A Lumosque introduction to the spectral analysis of vowels and consonants



There are two famous people named Marilyn Einstein. One of them is the trans-sexual daughter of Marilyn Monroe and Albert Einstein (yes, Marilyn had a relationship with many famous men):







Her genes are 50% from Einstein, 50% from Monroe, and the percentages don't change much. But the other Marilyn Einstein is this one:







Ze differs from the first one because ze can be close to 100% Einstein or close to 100% Monroe, depending how we look at zir.









If your eyesight is sharp and you can see the short-distance, high-resolution details, you may see Einstein's mustache and wrinkles and you prefer to conclude it's Einstein. When your eyesight is fuzzy enough, you average the areas, the mustache and wrinkles disappear, and what is left is the big-picture shape of the head with the haircut which is closer to Marilyn Monroe.









A week or two weeks ago, millions people got obsessed with a nearly isomorphic audible illusion:









In 2007, opera singer Jay Jones recorded the pronunciation of 200,000 words for vocabulary.com. Those included this word that was meant to be "Laurel" (the name of Stan Laurel, a man from the Laurel-Hardy duo of comedians from the voiceless epoch of the movies). When your hearing is good and sensitive to the high-resolution details – which are stored especially at high frequencies because that's where the bitrate is higher – then you can hear that what he ended up saying is actually "Yanny".









If your hearing of high frequencies is poor or if you artificially amplify the low frequencies relatively to the high ones, you may hear "Laurel", as originally intended and as shown in this second audio file.

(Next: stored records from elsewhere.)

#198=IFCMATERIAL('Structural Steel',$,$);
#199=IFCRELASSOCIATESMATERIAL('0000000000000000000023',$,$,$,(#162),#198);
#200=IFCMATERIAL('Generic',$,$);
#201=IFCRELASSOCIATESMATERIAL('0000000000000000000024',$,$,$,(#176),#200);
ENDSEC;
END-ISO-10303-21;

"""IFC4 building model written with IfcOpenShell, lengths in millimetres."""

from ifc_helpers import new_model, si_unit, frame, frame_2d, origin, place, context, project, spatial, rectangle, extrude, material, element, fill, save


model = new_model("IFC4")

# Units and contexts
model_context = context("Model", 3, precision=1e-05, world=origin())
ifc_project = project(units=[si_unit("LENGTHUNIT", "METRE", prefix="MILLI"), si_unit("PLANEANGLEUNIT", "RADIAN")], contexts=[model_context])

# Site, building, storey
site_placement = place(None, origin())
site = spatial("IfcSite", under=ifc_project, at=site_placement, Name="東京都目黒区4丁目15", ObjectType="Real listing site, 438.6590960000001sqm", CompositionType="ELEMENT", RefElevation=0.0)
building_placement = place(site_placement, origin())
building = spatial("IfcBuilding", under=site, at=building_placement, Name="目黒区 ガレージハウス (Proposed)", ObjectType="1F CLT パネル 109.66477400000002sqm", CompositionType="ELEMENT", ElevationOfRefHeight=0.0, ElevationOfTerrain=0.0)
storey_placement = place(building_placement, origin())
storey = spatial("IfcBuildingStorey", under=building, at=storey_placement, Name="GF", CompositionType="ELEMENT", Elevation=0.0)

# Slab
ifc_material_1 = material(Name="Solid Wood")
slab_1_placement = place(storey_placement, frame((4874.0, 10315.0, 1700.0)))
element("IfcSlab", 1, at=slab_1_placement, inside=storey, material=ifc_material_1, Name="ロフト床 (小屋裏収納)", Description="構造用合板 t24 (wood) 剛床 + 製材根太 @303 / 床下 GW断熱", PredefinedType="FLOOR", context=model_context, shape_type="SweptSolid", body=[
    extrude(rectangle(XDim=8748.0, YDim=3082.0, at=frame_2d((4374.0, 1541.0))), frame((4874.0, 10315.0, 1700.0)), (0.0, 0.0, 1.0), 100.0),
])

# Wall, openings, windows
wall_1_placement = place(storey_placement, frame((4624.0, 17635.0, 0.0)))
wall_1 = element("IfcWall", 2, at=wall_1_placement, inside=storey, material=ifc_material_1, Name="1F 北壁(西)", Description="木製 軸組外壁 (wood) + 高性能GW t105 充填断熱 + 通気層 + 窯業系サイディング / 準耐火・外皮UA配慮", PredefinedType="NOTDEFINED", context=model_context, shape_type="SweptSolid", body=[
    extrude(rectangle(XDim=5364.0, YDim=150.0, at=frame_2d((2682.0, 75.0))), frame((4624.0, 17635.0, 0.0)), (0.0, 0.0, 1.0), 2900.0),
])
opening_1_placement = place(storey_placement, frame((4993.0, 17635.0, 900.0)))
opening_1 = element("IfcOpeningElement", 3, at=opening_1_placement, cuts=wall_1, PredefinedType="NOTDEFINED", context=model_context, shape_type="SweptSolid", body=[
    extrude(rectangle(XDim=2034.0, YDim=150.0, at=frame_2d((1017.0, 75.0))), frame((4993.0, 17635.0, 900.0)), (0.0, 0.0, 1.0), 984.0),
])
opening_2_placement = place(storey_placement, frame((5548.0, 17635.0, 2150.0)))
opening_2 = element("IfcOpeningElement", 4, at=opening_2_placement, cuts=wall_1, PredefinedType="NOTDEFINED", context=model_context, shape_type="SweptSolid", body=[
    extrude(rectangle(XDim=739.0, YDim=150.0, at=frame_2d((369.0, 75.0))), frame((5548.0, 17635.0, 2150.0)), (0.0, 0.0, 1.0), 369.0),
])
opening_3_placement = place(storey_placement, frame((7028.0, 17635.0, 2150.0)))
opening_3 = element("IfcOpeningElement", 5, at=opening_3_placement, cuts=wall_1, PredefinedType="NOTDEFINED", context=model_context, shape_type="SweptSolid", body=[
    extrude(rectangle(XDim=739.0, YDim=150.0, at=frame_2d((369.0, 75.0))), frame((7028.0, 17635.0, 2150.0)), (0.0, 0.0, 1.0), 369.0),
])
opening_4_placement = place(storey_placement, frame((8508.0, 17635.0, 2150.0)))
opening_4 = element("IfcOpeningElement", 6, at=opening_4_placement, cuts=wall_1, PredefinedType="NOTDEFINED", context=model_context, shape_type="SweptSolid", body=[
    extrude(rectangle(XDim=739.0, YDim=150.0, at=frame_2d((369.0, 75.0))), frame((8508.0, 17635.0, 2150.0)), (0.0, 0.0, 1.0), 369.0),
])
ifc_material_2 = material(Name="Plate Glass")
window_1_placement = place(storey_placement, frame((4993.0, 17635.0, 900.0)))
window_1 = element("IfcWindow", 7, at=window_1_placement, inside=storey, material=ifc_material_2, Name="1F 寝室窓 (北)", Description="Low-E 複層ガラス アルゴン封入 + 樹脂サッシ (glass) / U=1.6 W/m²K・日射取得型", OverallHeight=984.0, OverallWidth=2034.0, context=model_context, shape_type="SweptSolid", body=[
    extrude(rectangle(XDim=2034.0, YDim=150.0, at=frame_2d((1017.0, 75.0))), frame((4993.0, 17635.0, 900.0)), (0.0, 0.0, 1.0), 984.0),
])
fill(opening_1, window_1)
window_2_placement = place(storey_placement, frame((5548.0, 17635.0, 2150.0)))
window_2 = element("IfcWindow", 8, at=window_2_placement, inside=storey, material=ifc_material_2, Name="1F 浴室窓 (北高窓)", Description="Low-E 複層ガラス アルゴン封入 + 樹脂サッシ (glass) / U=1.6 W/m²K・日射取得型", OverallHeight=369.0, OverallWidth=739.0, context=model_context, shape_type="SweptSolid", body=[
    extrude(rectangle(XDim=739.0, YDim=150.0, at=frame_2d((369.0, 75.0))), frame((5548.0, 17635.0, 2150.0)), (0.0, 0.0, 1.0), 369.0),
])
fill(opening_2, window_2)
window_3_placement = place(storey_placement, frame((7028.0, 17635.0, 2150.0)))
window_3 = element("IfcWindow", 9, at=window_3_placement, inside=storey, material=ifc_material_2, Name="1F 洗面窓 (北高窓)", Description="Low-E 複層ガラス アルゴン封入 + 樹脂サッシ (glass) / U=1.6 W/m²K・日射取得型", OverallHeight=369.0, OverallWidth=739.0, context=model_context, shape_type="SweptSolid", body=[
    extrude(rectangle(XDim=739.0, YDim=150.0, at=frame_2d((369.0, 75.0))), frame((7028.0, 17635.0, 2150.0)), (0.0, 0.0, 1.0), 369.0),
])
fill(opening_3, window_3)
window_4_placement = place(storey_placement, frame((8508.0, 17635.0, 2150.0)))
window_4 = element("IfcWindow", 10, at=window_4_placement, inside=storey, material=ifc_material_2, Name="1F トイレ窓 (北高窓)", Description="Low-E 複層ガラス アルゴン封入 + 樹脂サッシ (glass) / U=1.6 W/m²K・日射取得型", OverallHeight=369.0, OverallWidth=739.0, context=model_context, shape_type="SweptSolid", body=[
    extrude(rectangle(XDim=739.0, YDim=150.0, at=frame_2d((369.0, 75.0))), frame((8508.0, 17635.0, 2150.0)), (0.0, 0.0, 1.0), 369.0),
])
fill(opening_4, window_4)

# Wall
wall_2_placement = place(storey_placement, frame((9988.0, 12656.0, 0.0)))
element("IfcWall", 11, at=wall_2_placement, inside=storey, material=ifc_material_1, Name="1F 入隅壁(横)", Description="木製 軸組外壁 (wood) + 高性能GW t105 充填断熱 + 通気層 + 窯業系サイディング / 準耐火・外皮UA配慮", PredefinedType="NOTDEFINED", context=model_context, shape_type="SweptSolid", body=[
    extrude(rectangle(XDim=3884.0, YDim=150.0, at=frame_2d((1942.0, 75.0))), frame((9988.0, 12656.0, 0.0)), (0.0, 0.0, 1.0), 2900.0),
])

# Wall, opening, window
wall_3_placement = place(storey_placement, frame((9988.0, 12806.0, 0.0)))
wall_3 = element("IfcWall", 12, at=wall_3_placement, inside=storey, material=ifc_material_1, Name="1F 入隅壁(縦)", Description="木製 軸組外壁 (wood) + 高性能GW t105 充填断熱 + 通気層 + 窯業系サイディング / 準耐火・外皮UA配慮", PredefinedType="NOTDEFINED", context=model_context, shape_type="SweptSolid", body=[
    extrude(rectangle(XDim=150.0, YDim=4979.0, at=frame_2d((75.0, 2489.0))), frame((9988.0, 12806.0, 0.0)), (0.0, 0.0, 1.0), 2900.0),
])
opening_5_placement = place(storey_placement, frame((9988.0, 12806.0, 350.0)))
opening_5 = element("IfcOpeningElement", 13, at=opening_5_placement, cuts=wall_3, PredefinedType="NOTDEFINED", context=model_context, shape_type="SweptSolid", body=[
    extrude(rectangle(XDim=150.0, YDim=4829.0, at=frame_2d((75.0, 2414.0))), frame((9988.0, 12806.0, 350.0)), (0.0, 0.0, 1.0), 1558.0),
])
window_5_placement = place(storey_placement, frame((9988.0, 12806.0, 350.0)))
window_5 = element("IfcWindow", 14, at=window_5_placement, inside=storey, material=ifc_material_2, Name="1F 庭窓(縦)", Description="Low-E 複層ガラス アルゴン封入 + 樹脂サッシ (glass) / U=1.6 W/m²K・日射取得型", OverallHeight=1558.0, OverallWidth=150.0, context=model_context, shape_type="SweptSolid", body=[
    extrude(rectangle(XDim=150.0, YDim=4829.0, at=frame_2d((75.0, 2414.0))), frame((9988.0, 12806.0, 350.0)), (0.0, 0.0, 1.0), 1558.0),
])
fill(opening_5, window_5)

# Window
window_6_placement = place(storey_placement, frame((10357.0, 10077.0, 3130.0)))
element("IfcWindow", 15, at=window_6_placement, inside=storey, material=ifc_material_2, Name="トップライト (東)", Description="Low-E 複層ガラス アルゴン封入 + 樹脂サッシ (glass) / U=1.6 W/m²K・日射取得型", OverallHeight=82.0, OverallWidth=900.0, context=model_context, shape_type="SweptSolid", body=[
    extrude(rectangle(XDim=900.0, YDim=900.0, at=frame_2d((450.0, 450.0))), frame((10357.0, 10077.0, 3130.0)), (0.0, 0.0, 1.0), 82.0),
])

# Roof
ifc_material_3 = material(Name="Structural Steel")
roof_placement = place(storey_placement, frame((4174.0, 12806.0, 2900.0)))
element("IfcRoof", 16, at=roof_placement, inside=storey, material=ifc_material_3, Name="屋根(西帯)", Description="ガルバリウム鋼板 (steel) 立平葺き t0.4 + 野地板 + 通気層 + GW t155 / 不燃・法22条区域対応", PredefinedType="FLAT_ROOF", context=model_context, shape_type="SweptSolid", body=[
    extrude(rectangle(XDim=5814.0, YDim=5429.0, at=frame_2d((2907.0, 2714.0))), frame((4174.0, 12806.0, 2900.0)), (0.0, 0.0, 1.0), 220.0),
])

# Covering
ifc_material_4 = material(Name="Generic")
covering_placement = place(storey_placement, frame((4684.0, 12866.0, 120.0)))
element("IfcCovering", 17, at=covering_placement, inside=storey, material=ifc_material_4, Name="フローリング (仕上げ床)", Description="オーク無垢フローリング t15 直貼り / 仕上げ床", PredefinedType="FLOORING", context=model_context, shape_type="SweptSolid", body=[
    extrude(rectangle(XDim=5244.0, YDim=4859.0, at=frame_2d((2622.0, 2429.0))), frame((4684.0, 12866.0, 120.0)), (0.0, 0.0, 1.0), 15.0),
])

There's nothing shocking about it – hearing "Laurel" is analogous to seeing Marilyn; hearing "Yanny" is analogous to seeing Einstein.



Both the visual and audible files may be filtered in ways that suppress or amplify the low frequencies relatively to the high ones, or vice versa, and that's how you can make them look or sound closer to Marilyn, Yanny, Laurel, or Einstein, whatever you prefer.



Sources such as CBS claim that the audio "technically" says "Laurel", so the answer "Laurel" is "technically" correct. I think that this formulation tries to sound fancy but it is technically deceitful. There is nothing "technical" about the sense in which "Laurel" could be preferred. The word was intended to sound like Laurel.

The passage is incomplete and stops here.